(Given entries)

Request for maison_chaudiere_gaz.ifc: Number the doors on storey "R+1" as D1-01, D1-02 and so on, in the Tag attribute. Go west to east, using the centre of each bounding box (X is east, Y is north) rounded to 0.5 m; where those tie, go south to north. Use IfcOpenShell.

First a look at what the model holds.

```python
import ifcopenshell
import ifcopenshell.util.element
import ifcopenshell.util.placement

model = ifcopenshell.open("maison_chaudiere_gaz.ifc")
print(model.schema)
storey = next(s for s in model.by_type("IfcBuildingStorey") if s.Name == "R+1")
doors = [e for e in ifcopenshell.util.element.get_decomposition(storey) if e.is_a("IfcDoor")]
for e in sorted(doors, key=lambda e: e.id()):
    origin = ifcopenshell.util.placement.get_local_placement(e.ObjectPlacement)[:3, 3]
    print(e.id(), e.Tag, e.Name, origin.round(2) + 0.0, sep=" | ")
```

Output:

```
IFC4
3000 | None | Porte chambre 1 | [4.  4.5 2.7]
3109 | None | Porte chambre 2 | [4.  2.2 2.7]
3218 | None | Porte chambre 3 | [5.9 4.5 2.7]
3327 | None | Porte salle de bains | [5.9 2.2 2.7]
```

```python
import ifcopenshell
import ifcopenshell.geom
import ifcopenshell.util.element
import ifcopenshell.util.shape

model = ifcopenshell.open("maison_chaudiere_gaz.ifc")
settings = ifcopenshell.geom.settings()
settings.set("use-world-coords", True)


def centre(element):
    shape = ifcopenshell.geom.create_shape(settings, element)
    return ifcopenshell.util.shape.get_bbox_centroid(shape.geometry)


storey = next(s for s in model.by_type("IfcBuildingStorey") if s.Name == "R+1")
doors = [e for e in ifcopenshell.util.element.get_decomposition(storey) if e.is_a("IfcDoor")]

# Insertion points can sit at a corner or the storey origin, so sort by the geometry (in metres).
centres = {e: centre(e) for e in doors}
doors.sort(key=lambda e: (round(centres[e][0] / 0.5), centres[e][1]))

for i, e in enumerate(doors, start=1):
    number = f"D1-{i:02d}"
    e.Tag = number
    print(e.id(), number)

model.write("maison_chaudiere_gaz-out.ifc")
```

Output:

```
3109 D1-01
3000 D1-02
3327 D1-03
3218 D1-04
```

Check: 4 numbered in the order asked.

(Problem to solve) Look over the records above, and wherever a line contains the string "None", copy that line.

(Your response)
3000 | None | Porte chambre 1 | [4.  4.5 2.7]
3109 | None | Porte chambre 2 | [4.  2.2 2.7]
3218 | None | Porte chambre 3 | [5.9 4.5 2.7]
3327 | None | Porte salle de bains | [5.9 2.2 2.7]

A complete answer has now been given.